Dataset entries:

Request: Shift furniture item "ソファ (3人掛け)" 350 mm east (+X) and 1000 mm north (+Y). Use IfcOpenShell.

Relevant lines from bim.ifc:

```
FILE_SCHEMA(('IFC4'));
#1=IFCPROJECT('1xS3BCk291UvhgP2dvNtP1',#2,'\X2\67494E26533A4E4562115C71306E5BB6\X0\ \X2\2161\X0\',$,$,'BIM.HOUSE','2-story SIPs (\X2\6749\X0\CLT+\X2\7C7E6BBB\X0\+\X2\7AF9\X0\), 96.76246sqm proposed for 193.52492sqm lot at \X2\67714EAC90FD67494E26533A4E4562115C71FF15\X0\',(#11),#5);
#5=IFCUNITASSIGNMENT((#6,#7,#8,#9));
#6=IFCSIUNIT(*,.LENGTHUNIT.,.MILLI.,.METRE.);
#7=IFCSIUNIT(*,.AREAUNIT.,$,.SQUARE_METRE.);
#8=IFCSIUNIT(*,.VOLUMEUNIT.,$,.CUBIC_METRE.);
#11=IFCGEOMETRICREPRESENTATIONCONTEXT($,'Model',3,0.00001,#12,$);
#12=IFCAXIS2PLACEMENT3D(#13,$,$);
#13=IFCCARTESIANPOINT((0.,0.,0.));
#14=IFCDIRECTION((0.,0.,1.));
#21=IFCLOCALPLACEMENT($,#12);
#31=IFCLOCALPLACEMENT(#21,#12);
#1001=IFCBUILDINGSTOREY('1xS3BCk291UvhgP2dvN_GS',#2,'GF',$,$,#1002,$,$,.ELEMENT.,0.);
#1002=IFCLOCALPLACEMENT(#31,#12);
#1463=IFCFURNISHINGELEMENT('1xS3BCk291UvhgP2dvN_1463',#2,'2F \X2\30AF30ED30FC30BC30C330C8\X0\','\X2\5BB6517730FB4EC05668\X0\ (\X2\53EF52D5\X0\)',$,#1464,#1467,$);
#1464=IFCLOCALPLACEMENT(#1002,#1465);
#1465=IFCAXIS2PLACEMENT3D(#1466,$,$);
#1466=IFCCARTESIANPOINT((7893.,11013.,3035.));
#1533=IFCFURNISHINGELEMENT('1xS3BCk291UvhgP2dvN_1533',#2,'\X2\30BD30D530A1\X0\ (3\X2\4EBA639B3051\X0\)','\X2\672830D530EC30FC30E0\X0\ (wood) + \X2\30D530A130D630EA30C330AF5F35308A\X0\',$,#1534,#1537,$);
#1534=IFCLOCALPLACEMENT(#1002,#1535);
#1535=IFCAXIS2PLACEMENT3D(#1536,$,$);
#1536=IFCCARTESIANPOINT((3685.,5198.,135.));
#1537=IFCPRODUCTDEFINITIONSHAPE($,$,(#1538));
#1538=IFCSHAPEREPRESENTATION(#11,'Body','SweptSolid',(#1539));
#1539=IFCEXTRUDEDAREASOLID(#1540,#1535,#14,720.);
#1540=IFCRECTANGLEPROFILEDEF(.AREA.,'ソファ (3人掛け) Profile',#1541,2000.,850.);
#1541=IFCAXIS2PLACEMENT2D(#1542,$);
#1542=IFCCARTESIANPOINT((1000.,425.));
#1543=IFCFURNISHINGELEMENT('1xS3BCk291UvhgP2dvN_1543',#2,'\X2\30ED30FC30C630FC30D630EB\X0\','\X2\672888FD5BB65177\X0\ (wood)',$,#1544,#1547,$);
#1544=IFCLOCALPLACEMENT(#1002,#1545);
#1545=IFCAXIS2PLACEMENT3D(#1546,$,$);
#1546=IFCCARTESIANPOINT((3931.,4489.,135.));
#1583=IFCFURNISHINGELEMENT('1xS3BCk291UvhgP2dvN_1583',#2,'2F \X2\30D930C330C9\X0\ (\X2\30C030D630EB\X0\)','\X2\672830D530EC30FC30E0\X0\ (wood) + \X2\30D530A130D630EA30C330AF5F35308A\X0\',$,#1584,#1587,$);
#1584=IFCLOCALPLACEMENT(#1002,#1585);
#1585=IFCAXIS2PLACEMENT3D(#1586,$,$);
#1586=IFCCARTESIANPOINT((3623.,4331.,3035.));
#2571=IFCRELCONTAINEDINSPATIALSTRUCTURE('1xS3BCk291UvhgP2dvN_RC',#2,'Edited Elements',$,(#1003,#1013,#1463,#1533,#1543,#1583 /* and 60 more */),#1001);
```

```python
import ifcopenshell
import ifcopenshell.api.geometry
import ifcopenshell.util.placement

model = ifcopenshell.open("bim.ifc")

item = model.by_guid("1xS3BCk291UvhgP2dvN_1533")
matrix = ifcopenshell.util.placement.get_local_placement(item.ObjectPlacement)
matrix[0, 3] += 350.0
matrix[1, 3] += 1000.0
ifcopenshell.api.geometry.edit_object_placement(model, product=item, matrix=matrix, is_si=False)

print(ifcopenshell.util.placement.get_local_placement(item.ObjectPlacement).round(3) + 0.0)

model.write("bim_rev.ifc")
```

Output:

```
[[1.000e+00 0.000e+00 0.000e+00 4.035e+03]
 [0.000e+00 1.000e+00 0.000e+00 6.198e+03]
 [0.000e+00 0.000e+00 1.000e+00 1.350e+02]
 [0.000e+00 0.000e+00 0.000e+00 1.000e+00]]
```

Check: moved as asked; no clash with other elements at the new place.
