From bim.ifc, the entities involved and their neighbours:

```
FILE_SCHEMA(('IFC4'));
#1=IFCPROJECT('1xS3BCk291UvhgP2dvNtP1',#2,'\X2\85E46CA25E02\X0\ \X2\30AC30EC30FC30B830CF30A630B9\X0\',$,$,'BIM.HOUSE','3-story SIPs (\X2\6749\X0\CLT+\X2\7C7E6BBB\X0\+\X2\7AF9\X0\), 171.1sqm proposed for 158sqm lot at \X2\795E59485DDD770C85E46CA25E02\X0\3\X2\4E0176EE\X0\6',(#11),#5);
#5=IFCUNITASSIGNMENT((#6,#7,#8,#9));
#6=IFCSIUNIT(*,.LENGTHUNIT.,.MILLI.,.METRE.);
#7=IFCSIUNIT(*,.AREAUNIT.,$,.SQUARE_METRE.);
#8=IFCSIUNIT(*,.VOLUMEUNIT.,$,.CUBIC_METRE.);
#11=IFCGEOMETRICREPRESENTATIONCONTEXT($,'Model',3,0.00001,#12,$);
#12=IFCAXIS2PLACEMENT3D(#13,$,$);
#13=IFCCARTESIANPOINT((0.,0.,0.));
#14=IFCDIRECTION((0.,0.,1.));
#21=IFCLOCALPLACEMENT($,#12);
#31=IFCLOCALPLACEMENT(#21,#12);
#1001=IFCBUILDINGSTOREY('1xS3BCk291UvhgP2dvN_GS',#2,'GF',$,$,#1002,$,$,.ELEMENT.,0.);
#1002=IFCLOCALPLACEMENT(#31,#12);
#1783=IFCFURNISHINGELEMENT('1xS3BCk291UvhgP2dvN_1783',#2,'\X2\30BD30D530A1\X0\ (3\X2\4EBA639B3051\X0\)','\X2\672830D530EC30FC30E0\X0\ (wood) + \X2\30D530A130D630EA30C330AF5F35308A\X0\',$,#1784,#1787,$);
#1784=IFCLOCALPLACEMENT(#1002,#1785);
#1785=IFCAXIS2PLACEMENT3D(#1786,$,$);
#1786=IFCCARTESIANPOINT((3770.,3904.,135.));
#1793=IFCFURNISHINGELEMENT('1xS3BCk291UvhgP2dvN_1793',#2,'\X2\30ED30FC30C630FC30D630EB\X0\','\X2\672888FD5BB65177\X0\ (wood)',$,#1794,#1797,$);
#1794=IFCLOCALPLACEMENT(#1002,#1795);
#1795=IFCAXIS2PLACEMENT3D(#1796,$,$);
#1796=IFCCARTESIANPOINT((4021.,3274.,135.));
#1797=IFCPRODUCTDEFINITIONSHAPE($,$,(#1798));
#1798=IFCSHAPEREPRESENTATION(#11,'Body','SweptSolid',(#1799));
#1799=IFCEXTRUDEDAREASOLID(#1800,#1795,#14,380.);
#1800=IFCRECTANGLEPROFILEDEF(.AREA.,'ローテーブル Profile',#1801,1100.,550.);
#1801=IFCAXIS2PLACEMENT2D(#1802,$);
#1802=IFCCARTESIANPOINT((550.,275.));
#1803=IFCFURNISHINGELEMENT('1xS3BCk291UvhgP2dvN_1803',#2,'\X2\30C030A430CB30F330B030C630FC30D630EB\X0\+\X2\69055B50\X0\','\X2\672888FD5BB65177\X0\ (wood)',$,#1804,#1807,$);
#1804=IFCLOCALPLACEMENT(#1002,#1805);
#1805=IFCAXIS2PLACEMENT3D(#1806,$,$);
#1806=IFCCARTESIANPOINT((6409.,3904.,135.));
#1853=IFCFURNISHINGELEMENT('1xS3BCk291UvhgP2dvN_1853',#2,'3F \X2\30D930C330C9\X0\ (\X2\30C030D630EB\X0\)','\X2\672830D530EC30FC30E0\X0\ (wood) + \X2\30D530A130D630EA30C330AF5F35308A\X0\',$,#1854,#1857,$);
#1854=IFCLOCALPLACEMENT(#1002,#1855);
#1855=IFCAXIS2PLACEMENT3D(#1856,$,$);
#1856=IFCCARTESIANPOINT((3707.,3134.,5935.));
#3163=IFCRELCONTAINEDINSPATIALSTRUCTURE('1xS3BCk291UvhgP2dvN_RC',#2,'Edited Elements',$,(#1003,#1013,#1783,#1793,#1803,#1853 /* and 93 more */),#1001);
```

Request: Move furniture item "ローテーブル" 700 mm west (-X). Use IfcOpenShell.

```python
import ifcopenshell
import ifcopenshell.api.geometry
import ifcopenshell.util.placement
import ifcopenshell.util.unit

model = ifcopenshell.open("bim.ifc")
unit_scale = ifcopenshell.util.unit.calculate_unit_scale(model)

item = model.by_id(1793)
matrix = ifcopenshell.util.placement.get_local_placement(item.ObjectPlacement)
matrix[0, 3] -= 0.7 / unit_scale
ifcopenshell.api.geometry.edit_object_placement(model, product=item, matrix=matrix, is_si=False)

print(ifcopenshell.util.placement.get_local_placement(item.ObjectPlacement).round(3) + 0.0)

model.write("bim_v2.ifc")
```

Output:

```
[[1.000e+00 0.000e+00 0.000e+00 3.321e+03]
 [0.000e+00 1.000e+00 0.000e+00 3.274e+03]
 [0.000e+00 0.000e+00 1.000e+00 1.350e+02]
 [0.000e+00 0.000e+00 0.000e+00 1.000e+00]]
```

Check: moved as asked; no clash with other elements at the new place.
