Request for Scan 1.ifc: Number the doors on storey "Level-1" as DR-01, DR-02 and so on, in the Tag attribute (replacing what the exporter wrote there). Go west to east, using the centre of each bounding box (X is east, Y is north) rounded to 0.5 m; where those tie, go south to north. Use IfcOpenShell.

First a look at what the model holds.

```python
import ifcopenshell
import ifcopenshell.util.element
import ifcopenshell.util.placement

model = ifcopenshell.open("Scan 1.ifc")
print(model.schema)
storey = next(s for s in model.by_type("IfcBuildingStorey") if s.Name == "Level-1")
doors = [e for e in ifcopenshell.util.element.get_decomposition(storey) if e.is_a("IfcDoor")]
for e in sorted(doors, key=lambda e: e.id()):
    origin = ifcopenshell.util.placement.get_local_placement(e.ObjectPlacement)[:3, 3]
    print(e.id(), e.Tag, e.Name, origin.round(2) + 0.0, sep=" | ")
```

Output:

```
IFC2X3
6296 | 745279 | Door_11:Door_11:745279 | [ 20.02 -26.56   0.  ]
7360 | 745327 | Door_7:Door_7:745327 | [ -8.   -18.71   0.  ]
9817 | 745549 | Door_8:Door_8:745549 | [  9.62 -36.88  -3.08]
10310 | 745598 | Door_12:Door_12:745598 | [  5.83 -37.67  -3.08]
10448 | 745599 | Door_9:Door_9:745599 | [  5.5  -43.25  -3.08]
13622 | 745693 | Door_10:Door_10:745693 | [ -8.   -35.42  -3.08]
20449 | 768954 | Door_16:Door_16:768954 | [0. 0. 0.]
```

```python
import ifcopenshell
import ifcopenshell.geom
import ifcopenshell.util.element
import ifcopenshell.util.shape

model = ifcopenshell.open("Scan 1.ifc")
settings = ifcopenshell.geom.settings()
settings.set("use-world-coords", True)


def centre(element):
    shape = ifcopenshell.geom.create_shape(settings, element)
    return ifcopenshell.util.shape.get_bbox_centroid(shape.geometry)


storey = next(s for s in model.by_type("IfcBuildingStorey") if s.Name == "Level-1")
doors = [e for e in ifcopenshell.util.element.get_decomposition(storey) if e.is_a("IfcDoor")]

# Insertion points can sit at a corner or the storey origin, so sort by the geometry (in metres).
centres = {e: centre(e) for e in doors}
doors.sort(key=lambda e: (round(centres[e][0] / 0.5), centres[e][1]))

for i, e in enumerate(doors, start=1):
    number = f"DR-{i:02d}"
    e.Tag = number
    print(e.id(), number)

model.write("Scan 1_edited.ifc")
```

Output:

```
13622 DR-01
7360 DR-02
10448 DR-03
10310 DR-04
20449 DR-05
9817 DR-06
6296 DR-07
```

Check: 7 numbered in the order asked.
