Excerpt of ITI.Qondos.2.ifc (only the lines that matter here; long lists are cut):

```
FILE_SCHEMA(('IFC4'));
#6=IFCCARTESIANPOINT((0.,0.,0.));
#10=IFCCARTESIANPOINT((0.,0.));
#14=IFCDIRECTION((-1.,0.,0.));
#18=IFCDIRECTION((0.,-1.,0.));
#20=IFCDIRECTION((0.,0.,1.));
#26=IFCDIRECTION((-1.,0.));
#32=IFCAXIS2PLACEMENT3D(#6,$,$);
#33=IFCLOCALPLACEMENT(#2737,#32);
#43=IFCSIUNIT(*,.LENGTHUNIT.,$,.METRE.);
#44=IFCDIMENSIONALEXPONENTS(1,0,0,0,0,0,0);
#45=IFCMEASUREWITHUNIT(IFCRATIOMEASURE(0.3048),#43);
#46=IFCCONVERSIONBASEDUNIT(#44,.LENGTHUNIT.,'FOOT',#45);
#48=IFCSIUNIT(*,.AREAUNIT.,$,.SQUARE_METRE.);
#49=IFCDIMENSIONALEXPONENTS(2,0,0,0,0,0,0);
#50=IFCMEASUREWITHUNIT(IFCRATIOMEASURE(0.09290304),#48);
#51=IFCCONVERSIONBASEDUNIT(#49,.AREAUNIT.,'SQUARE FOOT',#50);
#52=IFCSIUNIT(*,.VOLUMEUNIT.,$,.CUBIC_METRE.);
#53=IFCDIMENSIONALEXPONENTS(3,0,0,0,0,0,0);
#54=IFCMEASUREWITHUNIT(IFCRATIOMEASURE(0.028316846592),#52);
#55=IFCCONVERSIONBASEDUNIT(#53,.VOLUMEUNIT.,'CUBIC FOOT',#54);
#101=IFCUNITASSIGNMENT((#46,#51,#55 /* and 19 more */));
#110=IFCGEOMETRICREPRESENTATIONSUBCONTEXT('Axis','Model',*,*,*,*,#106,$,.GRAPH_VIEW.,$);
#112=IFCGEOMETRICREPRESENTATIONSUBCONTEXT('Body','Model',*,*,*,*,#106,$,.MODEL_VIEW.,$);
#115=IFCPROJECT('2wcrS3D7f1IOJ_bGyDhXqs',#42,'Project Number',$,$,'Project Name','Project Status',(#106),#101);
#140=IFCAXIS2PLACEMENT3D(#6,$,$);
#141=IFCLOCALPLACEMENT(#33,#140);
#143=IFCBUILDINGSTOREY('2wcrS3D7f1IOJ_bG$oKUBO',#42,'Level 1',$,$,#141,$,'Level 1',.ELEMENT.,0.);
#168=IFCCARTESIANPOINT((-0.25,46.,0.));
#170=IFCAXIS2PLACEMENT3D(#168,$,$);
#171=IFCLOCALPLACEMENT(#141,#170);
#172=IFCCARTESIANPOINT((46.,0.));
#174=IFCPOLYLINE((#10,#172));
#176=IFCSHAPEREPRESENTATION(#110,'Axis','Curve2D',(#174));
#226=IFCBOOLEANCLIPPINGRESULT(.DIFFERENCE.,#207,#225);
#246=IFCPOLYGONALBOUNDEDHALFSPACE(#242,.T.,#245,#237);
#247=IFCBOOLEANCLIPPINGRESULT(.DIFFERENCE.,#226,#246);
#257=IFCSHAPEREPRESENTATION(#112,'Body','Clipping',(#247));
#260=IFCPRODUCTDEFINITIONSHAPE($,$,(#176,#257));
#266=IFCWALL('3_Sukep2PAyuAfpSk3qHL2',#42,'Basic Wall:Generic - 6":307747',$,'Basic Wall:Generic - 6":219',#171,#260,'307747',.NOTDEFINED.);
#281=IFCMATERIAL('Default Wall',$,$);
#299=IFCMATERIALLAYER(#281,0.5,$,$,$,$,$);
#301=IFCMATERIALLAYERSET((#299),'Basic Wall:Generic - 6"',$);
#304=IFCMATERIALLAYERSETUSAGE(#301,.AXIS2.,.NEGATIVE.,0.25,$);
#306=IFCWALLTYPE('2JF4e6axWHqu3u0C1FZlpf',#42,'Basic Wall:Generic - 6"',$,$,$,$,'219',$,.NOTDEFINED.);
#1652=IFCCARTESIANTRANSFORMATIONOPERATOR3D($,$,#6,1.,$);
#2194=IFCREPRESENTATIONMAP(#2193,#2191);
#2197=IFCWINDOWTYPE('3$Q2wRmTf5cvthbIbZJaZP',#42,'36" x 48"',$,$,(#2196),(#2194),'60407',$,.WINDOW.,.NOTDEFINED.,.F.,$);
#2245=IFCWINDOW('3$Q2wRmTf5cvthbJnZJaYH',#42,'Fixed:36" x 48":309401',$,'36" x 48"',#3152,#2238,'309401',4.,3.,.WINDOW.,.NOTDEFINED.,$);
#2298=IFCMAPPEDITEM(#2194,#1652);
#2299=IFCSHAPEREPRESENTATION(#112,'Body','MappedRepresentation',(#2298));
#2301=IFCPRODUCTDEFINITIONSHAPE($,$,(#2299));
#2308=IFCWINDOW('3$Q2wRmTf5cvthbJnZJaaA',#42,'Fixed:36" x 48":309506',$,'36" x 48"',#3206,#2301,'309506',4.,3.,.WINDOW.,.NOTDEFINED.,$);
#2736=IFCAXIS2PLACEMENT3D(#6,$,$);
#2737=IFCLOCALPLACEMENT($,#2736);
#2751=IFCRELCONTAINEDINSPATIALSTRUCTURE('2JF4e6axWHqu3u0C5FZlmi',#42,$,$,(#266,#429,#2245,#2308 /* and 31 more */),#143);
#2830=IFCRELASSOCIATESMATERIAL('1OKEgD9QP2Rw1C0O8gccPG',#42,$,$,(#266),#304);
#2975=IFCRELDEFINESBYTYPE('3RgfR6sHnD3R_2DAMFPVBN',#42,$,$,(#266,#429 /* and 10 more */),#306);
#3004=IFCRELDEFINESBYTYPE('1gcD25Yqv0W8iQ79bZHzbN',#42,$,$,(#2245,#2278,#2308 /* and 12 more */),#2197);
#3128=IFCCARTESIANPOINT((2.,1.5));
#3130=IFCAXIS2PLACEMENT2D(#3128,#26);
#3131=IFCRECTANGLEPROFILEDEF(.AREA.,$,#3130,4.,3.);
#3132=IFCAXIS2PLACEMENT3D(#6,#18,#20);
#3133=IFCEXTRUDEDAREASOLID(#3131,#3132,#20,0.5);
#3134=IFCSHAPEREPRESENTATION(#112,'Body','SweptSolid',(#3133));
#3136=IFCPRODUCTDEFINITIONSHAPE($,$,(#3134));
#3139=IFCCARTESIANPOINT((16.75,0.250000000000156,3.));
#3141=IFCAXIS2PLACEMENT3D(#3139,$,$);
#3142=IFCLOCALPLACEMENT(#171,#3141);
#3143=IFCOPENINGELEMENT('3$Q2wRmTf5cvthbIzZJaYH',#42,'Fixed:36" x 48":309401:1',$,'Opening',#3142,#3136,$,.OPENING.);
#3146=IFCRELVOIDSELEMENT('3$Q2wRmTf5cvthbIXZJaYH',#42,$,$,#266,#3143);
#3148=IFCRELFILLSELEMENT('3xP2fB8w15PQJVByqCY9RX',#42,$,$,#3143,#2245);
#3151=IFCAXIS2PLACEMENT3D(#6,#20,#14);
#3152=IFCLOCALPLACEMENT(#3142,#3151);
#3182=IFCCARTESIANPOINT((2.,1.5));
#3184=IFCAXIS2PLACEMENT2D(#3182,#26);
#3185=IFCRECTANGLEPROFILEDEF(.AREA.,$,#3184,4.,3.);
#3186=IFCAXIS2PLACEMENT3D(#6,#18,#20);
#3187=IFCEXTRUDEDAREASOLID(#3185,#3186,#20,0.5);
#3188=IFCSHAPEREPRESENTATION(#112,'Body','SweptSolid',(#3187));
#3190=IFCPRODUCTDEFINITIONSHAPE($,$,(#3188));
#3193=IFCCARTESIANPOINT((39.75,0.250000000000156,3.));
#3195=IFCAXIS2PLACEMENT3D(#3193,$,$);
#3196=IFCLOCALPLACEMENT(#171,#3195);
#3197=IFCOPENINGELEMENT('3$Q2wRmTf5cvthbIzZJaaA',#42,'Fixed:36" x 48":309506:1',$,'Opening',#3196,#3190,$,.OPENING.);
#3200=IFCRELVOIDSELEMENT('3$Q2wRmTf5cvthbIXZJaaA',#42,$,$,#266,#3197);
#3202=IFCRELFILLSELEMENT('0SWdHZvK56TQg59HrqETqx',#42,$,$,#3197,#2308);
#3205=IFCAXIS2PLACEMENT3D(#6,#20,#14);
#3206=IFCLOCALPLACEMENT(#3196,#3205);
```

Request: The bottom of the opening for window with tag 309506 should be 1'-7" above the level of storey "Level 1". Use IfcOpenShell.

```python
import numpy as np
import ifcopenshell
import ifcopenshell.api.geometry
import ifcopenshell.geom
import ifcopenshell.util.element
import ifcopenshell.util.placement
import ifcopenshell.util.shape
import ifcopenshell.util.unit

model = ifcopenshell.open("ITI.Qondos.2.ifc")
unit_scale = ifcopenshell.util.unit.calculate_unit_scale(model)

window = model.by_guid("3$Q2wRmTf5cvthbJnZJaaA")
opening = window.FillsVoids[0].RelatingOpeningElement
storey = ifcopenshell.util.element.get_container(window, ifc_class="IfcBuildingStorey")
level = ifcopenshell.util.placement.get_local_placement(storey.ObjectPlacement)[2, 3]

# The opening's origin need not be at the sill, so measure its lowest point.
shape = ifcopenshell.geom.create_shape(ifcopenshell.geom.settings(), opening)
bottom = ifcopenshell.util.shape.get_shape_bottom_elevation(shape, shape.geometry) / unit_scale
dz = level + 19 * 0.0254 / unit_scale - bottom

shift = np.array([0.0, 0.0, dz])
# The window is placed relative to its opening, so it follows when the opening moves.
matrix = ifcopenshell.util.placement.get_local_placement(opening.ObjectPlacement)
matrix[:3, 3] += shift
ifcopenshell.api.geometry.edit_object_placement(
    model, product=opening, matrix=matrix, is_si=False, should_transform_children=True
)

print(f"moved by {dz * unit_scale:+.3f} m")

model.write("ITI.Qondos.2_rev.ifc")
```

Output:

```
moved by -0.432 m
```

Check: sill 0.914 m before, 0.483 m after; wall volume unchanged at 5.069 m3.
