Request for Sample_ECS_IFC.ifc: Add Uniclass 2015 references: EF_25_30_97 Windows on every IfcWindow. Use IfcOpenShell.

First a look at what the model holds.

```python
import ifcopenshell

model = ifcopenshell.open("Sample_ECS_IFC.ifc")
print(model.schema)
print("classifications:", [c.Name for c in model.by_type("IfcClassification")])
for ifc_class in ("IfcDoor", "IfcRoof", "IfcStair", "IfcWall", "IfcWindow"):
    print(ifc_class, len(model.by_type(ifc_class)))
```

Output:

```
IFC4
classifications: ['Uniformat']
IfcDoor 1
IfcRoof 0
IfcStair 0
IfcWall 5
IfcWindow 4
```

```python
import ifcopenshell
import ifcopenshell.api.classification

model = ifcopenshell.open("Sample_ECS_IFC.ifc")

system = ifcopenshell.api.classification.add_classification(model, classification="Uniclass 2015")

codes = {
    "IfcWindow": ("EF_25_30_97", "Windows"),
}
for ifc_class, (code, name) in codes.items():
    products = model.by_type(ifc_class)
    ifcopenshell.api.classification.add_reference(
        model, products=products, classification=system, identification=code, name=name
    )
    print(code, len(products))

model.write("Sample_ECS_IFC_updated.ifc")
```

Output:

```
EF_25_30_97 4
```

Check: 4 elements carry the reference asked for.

[WORK INSTRUCTION]:
Wherever the string "IFCRELVOIDSELEMENT" appears in the records above, copy the line it sits in.

[ANSWER BELOW]:
#3146=IFCRELVOIDSELEMENT('3$Q2wRmTf5cvthbIXZJaYH',#42,$,$,#266,#3143);
#3200=IFCRELVOIDSELEMENT('3$Q2wRmTf5cvthbIXZJaaA',#42,$,$,#266,#3197);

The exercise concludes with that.